Exercise inputs ->
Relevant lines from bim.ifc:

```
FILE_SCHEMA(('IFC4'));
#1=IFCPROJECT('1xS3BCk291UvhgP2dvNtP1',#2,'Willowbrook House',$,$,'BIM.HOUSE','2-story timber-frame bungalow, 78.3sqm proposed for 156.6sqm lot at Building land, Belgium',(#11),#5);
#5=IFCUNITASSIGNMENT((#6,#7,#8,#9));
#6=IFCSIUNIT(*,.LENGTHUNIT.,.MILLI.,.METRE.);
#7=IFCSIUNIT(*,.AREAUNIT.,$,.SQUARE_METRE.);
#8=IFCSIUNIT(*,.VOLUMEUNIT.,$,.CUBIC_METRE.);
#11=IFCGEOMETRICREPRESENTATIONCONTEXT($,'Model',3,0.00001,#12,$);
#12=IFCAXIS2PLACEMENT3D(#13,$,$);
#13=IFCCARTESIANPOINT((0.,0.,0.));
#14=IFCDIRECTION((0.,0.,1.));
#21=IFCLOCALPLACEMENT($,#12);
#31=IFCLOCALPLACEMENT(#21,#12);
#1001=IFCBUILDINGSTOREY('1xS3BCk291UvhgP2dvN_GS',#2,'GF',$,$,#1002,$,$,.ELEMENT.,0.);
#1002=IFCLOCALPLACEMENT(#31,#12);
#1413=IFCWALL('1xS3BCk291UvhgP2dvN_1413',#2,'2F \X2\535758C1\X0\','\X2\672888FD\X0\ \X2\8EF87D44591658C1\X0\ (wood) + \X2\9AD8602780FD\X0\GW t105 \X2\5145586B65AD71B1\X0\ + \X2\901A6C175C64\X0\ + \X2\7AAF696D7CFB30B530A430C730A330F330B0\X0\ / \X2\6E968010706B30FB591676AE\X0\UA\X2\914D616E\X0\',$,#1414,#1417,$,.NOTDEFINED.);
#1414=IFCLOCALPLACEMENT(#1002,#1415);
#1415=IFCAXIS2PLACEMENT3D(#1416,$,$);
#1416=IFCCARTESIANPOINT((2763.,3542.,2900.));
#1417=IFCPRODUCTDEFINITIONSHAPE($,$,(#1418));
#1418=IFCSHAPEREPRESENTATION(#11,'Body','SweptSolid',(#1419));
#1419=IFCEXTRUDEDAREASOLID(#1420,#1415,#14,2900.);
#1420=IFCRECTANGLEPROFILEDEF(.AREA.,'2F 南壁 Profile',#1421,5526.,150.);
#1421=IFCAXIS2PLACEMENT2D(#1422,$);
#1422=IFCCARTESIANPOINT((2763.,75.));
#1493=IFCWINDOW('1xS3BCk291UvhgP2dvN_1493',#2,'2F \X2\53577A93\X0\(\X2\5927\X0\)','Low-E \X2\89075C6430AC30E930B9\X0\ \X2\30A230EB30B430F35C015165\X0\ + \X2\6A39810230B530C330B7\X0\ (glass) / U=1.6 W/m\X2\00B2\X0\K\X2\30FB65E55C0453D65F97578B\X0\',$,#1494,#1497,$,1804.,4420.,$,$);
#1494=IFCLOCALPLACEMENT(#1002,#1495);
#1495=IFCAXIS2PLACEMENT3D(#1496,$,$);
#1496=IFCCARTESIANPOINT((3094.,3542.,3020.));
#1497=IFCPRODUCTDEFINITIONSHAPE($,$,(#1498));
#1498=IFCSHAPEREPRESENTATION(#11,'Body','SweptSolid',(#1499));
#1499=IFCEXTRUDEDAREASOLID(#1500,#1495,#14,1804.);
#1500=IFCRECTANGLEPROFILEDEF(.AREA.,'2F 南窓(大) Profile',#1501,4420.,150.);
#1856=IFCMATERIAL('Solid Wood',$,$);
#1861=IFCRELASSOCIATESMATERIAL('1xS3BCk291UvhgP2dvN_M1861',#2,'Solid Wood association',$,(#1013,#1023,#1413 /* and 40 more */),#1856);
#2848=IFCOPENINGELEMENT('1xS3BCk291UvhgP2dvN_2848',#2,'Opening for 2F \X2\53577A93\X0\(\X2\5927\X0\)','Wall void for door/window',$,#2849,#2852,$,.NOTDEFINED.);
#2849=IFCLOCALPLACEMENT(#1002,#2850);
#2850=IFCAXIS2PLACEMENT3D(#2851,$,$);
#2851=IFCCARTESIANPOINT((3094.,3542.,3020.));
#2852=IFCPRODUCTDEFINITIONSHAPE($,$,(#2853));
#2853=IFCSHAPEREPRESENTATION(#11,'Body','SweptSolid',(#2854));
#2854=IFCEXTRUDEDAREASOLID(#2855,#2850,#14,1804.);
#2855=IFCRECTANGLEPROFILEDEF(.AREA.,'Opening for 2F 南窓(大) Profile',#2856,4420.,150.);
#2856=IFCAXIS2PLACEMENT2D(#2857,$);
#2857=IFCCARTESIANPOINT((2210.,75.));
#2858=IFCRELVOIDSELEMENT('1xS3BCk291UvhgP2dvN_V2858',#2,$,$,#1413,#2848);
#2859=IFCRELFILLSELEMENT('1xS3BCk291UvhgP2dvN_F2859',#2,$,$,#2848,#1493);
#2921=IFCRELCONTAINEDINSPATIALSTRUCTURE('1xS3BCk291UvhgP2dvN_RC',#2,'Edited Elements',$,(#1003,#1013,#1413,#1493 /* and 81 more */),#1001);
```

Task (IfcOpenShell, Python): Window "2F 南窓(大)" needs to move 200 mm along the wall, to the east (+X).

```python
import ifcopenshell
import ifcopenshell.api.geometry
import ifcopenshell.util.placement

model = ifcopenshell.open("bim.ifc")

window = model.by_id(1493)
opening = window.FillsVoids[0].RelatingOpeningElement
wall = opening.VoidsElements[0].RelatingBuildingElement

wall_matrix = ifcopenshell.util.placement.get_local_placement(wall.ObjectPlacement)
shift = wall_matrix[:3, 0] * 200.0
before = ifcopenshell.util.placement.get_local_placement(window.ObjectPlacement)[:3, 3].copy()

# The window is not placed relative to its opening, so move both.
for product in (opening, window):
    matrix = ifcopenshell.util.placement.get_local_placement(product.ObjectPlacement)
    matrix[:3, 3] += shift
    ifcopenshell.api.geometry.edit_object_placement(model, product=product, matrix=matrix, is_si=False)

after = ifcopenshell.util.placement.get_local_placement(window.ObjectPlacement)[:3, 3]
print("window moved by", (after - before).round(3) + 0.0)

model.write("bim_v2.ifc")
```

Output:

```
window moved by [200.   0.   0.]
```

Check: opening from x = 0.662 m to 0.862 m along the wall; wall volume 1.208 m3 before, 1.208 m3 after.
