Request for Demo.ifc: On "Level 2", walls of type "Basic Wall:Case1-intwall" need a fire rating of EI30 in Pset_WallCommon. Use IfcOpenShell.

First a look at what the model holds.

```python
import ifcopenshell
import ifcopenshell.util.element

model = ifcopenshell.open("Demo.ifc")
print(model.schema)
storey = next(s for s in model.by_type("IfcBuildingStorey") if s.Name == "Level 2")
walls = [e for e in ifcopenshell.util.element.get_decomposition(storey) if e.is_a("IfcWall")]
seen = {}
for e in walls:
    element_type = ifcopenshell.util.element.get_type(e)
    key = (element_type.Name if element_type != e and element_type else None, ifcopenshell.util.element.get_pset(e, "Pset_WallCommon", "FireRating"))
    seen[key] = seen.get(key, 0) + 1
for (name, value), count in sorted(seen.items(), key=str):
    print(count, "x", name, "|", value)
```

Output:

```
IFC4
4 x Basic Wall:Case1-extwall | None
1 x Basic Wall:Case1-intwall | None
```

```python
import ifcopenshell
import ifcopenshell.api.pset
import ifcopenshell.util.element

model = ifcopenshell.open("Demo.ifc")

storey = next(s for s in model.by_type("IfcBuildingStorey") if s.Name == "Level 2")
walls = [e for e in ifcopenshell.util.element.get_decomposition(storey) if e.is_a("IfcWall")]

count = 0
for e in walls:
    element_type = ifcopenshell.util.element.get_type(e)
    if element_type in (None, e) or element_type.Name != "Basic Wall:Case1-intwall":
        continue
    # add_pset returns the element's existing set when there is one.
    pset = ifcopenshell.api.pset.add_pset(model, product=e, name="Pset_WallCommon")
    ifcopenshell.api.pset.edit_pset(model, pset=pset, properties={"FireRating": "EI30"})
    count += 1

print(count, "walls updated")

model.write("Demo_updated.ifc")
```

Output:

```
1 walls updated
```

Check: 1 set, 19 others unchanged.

Work request -> Please determine how many lines in the entries contain the word "NOTDEFINED" and reply with that figure alone.

Answer for the task -> 2